# Nashbar Carbon Road Frame and Fork



## k9taxi (Mar 5, 2015)

Nashbar Carbon Road Frame and Fork
Item # NB-CRFA


I received my Nashbar Carbon Road Frame and Fork and thought I’d post a few thoughts on this product. I’ll take some pictures later when I figure out how to post them. I don't even know if I can post them. I’m 5’ 8” tall with a 31” inseam. I ordered a size 52 and that seems to fit me perfectly.


* This part is subjective but I really like the shapes of the tubes. I wanted a frame with a semi-sloping top tube and this one is beautiful. The tapered head tube and bottom bracket are massive compared to my Trek 5200. The wishbone shaped chain and seat stays are beautiful.

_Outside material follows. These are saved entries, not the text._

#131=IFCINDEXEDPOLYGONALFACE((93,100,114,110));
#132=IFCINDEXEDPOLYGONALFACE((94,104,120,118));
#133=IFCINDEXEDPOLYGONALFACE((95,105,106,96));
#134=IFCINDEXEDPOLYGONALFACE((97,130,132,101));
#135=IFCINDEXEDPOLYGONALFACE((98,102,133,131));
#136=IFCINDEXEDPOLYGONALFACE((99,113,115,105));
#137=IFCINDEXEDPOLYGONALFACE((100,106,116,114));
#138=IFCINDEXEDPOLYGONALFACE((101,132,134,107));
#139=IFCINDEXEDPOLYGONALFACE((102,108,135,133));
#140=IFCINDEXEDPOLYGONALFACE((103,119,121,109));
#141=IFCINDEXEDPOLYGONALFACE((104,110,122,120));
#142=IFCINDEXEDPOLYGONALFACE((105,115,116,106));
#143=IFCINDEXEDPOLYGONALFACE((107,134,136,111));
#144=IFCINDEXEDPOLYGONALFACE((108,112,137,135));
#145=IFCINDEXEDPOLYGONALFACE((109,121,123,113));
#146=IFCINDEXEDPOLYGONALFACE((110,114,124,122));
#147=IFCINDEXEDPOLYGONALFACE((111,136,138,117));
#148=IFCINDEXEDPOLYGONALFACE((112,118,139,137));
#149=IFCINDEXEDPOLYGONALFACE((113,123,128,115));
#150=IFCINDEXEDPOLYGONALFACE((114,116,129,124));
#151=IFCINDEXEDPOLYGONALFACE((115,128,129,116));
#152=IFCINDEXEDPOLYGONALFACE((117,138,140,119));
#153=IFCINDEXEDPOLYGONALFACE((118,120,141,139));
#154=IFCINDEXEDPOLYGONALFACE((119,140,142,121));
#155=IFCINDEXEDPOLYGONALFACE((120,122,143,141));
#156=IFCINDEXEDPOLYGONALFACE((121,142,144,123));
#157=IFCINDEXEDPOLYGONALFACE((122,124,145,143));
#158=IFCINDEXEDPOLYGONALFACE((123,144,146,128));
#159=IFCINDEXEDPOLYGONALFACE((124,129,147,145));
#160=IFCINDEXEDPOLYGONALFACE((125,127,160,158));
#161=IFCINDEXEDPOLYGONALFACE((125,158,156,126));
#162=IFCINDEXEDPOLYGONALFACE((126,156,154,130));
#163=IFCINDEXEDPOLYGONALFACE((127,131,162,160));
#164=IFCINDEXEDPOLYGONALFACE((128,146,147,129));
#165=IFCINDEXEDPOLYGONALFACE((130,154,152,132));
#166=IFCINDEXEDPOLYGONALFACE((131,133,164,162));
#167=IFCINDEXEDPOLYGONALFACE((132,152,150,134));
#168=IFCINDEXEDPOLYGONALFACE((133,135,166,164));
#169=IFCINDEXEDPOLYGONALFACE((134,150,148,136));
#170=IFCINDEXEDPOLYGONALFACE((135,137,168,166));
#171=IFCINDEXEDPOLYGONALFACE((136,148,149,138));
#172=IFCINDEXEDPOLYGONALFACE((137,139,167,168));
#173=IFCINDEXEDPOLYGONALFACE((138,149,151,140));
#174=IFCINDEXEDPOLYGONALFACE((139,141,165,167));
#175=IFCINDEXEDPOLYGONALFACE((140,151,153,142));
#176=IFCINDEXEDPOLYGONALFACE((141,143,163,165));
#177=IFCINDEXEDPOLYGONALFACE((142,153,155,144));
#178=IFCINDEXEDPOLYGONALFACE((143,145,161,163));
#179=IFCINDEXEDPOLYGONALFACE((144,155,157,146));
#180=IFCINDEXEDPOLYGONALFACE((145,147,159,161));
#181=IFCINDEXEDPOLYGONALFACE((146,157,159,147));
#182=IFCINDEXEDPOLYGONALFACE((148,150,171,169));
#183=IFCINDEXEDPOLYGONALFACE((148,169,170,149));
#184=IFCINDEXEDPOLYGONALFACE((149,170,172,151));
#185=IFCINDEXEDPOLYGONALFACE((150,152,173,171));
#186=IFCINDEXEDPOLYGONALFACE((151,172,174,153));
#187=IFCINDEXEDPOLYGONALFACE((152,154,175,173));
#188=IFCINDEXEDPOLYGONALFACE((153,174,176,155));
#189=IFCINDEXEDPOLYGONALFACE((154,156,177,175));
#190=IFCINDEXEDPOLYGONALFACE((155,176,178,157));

* Actual weight of frame/fork/headset is 1520g. Weight was taken after the fork steerer was cut to size. Weight also includes the plastic tube used to fish the rear brake cable through the frame. 


* The paint job is terrible. I’m not sure if this poor paint job is limited to my frame or if all frames are this bad. The areas where the tubes joined together are painted black. The rest of the tubes have no paint and you can see the carbon weave. The entire frame is covered in a glossy clear coat. It looks pretty good indoors but when you take it outdoors and look at it in the sunlight it looks sloppy with only the joints painted black.


* The seat stays are very thin. I had to buy a smaller recessed brake mounting nut to mount the rear brake. I’m reusing the Ultegra brakes that came on my Trek 5200. The brake nut that came with the Trek was 26.5mm in length and I had to get a new one that was 15mm. The thickness of the frame where the brake attaches is 18mm. Since the nut is recessed, it needs to be 15mm. The standard Shimano retention nut has a head that is too large to fit into the recessed area. When I went looking for a shorted nut, I also had to find one with a smaller nut head. 


* The seat post collar looked cheap so I replaced it with a Thomson seat post collar.


* This frame is designed for internal Di2 cable routing. All the Di2 holes are in the right place. The frame can also be used with a mechanical group but you will have to buy some additional hardware. I’m installing Di2.


* The fork is full carbon but the recommended headset comes with a star nut which cannot be used with a carbon steerer tube. You will have to purchase a plug designed for use with a carbon steerer tube.


* The frame does not have a front derailleur mount. You will have to purchase a clamp on mount.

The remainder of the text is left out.